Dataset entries
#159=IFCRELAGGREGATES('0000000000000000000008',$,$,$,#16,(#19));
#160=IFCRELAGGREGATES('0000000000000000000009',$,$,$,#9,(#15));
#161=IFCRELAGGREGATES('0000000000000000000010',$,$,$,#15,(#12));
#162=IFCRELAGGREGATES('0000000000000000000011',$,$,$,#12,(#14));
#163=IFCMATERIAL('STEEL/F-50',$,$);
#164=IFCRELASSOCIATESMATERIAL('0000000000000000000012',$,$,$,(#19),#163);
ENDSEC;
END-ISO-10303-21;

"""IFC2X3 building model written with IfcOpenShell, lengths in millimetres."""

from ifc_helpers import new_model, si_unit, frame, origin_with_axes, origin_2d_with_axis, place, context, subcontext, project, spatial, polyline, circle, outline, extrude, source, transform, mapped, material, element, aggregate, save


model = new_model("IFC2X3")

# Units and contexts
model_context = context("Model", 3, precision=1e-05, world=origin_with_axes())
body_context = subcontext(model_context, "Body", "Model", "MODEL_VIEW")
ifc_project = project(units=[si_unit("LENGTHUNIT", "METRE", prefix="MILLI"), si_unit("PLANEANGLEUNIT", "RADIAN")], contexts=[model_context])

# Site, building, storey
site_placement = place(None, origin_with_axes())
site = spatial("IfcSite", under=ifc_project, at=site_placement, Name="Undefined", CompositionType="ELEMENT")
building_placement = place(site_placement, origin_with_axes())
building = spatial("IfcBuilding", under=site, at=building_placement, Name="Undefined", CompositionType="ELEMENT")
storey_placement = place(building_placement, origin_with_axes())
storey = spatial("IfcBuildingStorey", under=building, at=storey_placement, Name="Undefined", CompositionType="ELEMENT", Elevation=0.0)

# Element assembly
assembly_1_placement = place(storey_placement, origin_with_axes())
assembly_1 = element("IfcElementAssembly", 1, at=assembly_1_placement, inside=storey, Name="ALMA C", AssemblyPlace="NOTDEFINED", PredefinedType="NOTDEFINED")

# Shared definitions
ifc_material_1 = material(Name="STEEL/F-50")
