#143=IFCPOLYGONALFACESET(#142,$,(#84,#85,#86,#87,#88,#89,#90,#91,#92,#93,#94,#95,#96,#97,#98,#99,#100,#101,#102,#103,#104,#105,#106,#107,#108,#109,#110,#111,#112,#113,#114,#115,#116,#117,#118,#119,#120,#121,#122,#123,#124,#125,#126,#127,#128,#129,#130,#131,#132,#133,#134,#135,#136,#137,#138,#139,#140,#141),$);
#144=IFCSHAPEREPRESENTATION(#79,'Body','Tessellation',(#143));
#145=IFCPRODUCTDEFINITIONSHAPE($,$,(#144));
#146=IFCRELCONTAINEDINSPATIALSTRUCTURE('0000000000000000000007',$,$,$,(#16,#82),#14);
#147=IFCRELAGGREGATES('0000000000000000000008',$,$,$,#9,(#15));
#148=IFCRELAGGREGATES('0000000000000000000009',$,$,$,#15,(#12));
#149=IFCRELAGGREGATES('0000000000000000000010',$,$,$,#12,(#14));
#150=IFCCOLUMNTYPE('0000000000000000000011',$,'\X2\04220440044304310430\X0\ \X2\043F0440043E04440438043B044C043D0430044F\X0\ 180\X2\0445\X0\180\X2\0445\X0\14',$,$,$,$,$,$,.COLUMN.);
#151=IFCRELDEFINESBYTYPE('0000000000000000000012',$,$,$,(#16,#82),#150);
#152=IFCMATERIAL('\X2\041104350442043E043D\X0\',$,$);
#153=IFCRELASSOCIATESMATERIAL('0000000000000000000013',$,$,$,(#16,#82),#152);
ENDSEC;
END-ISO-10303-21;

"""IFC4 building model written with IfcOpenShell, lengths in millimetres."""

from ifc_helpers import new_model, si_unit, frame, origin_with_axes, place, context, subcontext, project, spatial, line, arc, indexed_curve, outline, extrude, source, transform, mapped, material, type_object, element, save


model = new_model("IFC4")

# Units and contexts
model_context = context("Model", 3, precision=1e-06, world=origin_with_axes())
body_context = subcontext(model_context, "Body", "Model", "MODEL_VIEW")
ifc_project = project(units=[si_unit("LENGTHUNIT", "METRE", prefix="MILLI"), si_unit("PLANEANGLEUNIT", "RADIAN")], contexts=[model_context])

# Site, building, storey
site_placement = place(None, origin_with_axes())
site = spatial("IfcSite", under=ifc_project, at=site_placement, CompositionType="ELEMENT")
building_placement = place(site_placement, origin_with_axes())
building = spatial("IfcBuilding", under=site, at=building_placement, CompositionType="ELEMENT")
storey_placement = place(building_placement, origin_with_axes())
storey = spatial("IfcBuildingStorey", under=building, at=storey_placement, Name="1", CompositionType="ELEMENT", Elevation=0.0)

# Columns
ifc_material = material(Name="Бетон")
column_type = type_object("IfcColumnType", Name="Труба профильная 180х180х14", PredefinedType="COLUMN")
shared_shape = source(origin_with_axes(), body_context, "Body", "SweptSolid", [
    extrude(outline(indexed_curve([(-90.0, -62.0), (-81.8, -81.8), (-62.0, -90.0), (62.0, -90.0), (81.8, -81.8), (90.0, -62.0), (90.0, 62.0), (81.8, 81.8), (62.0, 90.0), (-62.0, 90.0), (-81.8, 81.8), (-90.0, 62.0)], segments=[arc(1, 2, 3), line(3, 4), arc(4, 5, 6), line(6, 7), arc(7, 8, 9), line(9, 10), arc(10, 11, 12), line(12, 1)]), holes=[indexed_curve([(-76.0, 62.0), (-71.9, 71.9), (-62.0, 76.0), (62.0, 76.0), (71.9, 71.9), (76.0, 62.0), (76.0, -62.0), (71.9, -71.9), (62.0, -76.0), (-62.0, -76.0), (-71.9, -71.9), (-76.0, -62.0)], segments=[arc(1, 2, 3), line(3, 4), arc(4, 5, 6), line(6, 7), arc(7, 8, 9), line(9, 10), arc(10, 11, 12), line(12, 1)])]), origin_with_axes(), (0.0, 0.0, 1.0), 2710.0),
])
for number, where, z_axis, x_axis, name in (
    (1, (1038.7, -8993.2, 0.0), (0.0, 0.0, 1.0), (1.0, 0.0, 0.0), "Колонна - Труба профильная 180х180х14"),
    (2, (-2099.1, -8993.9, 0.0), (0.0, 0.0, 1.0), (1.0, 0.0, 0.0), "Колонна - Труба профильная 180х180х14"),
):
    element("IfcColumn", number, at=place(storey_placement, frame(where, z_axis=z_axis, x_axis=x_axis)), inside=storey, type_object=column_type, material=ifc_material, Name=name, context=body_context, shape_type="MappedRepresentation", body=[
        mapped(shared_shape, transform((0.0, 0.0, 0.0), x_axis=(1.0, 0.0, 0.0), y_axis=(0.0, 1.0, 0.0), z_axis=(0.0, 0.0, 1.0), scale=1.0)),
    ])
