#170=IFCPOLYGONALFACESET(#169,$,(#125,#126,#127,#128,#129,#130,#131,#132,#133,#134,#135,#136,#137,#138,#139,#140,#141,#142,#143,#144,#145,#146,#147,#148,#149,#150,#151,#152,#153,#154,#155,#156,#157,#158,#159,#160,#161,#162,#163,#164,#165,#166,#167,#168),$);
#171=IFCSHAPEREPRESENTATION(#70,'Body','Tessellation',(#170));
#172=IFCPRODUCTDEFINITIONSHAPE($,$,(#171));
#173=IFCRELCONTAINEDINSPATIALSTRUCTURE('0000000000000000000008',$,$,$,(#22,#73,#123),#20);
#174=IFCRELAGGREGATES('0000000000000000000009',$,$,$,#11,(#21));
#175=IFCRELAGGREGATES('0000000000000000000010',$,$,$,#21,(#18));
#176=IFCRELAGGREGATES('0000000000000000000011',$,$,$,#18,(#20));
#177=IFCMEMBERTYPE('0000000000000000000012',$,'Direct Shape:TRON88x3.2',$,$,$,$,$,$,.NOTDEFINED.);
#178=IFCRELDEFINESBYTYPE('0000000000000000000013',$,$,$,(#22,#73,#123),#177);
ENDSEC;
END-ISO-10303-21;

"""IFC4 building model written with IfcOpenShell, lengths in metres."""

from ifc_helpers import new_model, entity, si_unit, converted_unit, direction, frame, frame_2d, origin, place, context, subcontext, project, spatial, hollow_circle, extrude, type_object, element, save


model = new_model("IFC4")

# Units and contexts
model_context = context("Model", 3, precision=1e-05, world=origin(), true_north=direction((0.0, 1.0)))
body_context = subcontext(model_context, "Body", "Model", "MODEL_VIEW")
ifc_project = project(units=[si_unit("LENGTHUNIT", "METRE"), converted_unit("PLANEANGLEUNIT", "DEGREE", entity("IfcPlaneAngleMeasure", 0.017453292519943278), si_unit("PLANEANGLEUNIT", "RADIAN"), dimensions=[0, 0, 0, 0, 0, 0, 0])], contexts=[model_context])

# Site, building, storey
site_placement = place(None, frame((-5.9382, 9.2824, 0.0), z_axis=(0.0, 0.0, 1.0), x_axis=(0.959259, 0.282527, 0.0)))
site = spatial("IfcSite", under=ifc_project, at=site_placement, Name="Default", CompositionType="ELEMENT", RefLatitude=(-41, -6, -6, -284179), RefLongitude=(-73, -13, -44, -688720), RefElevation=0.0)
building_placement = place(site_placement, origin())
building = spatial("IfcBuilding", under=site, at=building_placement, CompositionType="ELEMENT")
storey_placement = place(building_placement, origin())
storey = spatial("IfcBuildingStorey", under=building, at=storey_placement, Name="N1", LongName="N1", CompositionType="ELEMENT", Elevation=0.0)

__Action item__. In the entries above, find each line with "millimetres" and copy it.

__Written response__.
"""IFC2X3 building model written with IfcOpenShell, lengths in millimetres."""
"""IFC4 building model written with IfcOpenShell, lengths in millimetres."""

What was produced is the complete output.